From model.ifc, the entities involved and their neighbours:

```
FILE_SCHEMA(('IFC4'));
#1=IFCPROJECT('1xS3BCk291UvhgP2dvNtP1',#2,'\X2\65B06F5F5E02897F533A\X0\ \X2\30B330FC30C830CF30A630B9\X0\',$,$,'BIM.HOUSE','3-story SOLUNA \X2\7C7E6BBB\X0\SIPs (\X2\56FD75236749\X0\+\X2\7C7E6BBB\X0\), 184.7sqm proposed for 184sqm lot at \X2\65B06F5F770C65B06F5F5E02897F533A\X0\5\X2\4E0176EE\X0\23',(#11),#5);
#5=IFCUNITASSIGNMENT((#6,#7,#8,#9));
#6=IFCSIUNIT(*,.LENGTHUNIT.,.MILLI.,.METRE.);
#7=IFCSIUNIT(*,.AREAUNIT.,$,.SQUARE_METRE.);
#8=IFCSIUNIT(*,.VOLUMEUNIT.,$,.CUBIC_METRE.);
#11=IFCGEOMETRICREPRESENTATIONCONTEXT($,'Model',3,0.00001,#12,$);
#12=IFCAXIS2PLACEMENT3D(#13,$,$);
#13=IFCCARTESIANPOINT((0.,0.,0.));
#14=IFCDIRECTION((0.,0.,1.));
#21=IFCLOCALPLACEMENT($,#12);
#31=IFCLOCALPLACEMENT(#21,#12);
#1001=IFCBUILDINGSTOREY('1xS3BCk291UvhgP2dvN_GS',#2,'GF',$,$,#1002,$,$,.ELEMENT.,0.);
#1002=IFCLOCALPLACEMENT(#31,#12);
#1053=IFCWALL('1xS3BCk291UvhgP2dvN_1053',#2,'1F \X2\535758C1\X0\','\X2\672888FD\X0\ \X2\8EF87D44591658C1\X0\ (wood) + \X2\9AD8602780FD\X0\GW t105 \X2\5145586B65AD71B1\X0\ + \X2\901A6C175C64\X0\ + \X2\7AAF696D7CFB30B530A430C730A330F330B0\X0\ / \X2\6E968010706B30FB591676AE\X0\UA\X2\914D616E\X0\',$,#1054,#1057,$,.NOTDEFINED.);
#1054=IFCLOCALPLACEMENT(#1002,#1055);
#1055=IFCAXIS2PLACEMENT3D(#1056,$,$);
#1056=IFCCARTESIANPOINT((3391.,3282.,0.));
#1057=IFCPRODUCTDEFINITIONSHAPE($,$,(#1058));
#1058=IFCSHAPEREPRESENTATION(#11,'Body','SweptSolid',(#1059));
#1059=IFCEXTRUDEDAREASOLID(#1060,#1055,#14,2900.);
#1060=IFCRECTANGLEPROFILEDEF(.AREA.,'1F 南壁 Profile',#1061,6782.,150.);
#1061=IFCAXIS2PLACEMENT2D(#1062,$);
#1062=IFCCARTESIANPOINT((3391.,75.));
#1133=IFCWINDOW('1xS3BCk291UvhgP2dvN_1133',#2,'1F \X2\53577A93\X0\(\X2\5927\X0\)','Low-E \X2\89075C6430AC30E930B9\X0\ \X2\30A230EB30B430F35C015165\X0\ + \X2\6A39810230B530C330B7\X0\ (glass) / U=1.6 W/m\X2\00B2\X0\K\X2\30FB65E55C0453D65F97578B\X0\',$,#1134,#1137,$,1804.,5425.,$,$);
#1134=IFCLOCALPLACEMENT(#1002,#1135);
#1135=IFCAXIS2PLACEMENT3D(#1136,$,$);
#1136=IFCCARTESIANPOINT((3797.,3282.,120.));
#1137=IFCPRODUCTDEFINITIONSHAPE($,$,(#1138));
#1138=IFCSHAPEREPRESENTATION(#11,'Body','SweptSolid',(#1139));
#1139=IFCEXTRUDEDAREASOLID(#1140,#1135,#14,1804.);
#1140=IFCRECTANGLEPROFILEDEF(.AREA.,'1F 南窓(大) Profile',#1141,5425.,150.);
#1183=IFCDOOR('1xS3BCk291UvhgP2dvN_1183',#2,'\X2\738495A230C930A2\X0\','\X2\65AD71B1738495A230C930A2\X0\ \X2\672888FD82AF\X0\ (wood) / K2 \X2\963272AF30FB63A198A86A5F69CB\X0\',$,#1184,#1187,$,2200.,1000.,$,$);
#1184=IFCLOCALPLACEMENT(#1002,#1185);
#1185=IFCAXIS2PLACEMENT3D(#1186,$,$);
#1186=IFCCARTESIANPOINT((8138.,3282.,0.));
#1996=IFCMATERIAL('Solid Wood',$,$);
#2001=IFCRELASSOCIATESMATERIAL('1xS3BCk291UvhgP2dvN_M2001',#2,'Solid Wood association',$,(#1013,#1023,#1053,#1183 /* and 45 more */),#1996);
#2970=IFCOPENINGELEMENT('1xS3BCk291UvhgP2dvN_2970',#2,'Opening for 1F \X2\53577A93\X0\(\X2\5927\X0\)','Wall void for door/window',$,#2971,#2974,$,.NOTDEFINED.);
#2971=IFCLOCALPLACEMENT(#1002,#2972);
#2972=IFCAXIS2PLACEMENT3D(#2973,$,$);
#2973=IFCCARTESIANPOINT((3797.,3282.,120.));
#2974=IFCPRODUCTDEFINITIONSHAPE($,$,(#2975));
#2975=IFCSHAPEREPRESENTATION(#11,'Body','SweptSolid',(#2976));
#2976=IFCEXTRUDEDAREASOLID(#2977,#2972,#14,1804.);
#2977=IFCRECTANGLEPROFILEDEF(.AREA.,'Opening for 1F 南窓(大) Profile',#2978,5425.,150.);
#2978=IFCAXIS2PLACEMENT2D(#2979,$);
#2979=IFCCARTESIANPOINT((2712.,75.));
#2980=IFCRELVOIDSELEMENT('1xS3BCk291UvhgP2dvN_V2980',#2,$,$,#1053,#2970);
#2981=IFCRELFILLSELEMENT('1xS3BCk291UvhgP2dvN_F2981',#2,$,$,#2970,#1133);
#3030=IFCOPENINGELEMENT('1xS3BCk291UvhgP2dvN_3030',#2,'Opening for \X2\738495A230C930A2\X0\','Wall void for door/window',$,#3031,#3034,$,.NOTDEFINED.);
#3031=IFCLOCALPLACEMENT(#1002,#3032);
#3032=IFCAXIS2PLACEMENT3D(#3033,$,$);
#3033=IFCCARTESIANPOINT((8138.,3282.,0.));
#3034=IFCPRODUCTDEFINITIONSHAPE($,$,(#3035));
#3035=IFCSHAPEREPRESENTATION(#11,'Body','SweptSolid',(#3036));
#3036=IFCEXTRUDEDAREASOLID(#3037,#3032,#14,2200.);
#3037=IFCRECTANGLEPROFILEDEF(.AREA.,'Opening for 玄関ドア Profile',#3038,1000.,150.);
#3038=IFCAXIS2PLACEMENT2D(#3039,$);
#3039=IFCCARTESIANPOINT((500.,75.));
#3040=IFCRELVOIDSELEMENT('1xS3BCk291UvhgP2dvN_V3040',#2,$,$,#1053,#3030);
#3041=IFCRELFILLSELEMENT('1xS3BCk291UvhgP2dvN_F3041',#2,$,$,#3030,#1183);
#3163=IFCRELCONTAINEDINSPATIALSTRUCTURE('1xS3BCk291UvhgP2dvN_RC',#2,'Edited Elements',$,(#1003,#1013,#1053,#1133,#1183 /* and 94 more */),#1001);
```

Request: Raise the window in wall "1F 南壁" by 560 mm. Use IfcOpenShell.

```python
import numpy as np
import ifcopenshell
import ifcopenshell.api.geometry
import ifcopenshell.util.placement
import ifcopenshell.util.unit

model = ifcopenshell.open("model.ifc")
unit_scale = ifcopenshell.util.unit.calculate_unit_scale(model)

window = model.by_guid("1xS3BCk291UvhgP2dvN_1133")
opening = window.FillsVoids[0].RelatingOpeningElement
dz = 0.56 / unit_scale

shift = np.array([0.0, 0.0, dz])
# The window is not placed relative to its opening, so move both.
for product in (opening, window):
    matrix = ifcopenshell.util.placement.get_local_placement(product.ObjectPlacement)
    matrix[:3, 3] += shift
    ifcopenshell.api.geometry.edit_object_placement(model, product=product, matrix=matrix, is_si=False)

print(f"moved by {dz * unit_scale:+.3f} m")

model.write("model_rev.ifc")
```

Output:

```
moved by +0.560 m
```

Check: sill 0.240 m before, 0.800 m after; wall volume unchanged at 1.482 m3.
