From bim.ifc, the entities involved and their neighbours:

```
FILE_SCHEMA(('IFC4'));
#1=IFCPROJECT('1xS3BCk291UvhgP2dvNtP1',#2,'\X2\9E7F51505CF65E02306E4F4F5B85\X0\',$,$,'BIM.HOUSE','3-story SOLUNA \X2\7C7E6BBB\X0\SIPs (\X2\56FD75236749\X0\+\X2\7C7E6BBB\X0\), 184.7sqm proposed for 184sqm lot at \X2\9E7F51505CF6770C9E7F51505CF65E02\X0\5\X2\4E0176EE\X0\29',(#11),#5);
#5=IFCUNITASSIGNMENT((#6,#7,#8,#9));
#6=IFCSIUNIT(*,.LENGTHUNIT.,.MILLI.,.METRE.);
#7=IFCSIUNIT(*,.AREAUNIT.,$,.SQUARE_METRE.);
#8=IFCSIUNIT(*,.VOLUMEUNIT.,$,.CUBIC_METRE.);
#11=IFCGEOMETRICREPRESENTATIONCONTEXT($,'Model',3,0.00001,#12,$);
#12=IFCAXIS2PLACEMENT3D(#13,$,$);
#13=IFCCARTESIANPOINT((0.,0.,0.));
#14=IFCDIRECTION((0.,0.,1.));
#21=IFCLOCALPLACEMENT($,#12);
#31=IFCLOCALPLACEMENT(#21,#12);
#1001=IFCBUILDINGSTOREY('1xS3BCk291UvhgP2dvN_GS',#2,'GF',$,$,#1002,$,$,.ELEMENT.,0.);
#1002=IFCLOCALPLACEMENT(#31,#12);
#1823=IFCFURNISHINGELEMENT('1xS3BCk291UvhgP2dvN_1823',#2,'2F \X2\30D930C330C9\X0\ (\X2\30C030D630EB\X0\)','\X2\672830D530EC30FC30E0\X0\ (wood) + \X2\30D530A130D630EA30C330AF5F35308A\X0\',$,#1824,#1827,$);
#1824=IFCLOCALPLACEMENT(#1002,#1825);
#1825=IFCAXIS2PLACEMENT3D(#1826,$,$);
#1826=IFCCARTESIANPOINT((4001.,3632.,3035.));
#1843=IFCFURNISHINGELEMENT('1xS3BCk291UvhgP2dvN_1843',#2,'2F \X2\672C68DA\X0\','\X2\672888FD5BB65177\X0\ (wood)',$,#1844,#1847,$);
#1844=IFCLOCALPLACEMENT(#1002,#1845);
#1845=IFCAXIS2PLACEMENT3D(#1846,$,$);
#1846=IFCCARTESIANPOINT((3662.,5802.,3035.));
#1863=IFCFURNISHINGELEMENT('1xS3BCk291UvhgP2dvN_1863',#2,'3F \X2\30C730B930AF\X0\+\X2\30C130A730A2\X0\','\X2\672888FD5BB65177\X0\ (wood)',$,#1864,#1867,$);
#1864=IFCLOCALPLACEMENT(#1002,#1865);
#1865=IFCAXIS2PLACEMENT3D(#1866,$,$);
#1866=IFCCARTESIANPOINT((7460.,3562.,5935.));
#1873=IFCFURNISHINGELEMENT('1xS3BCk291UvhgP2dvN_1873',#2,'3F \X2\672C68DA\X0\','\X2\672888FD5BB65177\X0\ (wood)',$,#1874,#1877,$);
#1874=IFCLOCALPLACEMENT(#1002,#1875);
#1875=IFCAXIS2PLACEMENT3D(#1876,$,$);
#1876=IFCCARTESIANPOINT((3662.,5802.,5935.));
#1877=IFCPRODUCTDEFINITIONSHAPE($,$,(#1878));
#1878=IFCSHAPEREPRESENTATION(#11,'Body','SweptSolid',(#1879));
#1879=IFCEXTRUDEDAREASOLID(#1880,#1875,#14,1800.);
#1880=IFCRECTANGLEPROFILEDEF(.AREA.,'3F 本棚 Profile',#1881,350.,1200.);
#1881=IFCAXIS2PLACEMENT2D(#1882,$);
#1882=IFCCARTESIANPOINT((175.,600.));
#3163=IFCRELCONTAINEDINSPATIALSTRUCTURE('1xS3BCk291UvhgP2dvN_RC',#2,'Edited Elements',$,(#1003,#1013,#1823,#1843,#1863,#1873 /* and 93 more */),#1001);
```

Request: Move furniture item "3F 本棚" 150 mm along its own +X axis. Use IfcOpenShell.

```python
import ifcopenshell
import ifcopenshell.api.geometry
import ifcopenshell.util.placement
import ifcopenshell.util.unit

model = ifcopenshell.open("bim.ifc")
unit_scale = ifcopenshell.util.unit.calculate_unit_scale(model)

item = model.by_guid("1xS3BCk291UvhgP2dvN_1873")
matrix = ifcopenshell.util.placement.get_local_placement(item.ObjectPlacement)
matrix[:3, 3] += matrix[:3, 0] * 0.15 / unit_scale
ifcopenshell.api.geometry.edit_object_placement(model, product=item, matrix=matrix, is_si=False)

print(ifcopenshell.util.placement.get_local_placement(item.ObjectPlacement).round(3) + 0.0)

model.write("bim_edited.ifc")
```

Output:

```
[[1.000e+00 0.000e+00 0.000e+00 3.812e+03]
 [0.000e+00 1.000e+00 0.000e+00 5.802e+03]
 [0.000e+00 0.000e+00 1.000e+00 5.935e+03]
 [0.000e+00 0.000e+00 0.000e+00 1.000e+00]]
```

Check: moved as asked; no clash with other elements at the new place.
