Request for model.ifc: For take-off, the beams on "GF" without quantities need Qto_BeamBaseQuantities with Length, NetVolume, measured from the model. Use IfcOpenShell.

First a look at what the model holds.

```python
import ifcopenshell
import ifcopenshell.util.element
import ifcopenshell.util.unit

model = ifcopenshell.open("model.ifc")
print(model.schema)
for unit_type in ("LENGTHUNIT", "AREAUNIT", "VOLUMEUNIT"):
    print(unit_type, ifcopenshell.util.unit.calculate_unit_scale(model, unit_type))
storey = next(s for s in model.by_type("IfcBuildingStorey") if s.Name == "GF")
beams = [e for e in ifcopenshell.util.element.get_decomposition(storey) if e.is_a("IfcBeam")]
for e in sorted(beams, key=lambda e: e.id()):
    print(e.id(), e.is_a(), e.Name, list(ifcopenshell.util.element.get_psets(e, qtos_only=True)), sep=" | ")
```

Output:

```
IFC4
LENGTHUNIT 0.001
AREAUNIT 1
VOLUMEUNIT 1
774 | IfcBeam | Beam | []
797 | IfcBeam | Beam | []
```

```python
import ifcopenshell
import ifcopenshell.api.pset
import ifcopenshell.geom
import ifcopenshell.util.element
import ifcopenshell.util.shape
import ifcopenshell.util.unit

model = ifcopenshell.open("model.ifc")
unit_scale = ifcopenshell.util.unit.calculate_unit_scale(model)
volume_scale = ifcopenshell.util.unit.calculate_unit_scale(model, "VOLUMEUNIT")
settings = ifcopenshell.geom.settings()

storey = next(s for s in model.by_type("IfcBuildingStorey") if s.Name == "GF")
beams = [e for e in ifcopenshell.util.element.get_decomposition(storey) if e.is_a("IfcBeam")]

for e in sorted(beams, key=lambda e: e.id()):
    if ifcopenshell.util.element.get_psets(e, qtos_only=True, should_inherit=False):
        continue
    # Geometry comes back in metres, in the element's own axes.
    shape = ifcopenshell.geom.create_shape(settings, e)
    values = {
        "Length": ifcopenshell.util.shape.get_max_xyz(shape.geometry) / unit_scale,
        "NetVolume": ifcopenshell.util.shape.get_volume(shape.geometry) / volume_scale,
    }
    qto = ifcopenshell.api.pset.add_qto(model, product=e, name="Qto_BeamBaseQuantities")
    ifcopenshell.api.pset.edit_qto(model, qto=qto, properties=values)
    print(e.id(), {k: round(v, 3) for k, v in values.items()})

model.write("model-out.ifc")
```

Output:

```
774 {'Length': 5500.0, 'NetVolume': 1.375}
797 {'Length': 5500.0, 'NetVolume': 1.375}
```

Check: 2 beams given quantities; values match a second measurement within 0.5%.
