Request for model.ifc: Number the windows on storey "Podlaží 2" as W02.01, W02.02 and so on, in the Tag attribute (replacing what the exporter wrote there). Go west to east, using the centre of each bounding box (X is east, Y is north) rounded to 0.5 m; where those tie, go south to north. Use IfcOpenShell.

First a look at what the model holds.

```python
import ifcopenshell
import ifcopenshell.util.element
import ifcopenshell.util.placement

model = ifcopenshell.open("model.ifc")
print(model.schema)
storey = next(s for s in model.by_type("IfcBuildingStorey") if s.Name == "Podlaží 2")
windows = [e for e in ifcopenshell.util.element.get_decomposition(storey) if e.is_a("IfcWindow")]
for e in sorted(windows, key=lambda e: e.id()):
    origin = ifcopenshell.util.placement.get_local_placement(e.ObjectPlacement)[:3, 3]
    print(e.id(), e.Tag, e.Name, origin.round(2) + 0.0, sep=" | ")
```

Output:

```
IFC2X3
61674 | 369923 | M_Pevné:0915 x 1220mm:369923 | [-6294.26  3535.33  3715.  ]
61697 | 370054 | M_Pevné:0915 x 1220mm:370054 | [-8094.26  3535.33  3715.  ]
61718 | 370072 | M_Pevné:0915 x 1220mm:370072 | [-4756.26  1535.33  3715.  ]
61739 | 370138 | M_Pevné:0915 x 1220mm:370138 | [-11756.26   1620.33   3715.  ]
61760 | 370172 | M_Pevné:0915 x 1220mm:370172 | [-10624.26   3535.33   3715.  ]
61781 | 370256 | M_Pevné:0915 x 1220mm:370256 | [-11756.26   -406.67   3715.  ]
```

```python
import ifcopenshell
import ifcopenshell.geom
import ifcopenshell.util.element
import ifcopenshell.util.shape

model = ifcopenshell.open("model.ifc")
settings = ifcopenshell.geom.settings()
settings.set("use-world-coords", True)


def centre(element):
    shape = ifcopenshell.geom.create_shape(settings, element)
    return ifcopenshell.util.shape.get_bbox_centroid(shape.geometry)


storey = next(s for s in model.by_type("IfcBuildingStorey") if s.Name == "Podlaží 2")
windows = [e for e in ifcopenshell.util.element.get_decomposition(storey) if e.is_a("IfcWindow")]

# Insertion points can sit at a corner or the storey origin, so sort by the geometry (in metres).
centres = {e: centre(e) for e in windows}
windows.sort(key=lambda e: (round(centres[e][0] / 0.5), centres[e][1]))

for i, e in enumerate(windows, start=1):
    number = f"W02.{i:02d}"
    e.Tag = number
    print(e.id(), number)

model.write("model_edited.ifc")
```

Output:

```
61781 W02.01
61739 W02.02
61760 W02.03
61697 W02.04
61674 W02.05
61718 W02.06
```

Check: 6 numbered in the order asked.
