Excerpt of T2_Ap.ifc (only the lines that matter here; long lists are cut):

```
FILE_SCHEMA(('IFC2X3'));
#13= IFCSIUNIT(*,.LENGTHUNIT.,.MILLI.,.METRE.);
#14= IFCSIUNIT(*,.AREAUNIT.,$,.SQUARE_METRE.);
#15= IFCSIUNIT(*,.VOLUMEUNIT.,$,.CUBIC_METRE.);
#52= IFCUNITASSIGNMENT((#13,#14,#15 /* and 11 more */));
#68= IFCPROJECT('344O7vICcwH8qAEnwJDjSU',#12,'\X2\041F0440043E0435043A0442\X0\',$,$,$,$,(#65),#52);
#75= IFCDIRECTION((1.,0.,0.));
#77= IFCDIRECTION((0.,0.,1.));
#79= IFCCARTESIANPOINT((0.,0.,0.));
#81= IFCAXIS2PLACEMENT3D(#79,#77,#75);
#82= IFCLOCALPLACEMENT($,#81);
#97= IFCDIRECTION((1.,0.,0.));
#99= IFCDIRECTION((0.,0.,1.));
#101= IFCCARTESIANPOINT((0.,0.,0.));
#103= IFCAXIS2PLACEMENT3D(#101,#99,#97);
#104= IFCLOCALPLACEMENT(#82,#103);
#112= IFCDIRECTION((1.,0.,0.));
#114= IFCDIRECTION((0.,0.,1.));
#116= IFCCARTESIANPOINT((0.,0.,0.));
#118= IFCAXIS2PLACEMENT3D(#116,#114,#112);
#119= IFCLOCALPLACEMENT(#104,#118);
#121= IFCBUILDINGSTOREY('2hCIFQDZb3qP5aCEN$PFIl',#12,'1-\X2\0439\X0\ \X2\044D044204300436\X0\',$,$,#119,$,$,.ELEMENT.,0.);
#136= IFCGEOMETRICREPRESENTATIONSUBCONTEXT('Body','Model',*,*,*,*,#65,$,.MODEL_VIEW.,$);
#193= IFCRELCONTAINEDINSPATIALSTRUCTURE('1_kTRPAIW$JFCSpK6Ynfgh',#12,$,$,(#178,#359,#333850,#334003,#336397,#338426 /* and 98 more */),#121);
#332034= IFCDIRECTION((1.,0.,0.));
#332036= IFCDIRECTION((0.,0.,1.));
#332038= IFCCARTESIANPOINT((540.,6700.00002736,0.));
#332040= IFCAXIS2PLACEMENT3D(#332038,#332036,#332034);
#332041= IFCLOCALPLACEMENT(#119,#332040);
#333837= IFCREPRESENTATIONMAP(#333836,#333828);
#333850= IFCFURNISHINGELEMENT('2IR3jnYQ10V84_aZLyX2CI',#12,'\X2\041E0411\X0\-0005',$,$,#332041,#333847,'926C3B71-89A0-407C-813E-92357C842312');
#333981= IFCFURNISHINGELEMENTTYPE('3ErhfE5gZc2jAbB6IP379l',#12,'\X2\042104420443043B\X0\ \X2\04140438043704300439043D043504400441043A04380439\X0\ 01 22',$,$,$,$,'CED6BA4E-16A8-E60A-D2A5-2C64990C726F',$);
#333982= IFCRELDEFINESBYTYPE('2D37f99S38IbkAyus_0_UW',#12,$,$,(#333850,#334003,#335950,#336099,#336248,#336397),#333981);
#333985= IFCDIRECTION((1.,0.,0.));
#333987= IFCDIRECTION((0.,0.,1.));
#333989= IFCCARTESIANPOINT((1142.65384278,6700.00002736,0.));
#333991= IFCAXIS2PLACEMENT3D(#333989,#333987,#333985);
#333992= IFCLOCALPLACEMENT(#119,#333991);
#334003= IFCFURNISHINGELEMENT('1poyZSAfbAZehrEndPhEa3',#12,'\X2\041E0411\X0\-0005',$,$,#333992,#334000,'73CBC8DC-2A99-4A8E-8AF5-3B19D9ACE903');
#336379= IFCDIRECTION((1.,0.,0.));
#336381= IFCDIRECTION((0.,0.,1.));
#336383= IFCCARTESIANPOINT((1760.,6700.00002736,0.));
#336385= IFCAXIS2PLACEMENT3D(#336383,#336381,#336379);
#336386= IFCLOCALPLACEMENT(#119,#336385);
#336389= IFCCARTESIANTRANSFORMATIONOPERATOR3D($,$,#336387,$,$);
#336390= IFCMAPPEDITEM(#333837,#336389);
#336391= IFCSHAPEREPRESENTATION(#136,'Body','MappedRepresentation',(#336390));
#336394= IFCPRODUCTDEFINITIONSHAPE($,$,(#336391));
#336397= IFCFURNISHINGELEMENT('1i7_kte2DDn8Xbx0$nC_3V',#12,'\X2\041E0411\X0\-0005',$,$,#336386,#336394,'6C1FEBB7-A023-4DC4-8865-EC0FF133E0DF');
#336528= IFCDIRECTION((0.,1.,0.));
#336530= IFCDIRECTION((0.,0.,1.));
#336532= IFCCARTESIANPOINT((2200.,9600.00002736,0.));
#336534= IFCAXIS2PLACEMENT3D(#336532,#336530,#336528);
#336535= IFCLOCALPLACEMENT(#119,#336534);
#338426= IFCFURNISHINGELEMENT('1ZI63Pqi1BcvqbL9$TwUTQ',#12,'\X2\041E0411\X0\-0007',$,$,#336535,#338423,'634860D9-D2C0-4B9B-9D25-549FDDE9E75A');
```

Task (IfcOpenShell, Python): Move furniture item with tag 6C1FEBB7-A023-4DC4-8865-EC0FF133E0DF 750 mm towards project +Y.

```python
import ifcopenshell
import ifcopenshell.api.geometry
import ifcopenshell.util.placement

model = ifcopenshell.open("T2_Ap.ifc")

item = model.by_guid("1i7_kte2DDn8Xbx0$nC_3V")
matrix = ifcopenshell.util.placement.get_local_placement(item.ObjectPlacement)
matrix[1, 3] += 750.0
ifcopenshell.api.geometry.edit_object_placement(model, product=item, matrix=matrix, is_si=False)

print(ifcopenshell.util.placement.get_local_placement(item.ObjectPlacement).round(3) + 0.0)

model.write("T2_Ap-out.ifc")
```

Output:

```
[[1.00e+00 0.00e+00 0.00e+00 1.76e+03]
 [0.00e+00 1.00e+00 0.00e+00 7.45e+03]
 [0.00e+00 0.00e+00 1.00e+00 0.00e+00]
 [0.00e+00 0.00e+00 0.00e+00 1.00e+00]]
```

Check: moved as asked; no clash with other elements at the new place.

::::::

* **ABOUT THIS EXERCISE**:
Among the records above, find each line holding the string "HOUSE" and pull it out.

* **FINISHED TASK**:
#1=IFCPROJECT('1xS3BCk291UvhgP2dvNtP1',#2,'\X2\65B06F5F5E02897F533A\X0\ \X2\30B330FC30C830CF30A630B9\X0\',$,$,'BIM.HOUSE','3-story SOLUNA \X2\7C7E6BBB\X0\SIPs (\X2\56FD75236749\X0\+\X2\7C7E6BBB\X0\), 184.7sqm proposed for 184sqm lot at \X2\65B06F5F770C65B06F5F5E02897F533A\X0\5\X2\4E0176EE\X0\23',(#11),#5);
#1=IFCPROJECT('1xS3BCk291UvhgP2dvNtP1',#2,'\X2\9E7F51505CF65E02306E4F4F5B85\X0\',$,$,'BIM.HOUSE','3-story SOLUNA \X2\7C7E6BBB\X0\SIPs (\X2\56FD75236749\X0\+\X2\7C7E6BBB\X0\), 184.7sqm proposed for 184sqm lot at \X2\9E7F51505CF6770C9E7F51505CF65E02\X0\5\X2\4E0176EE\X0\29',(#11),#5);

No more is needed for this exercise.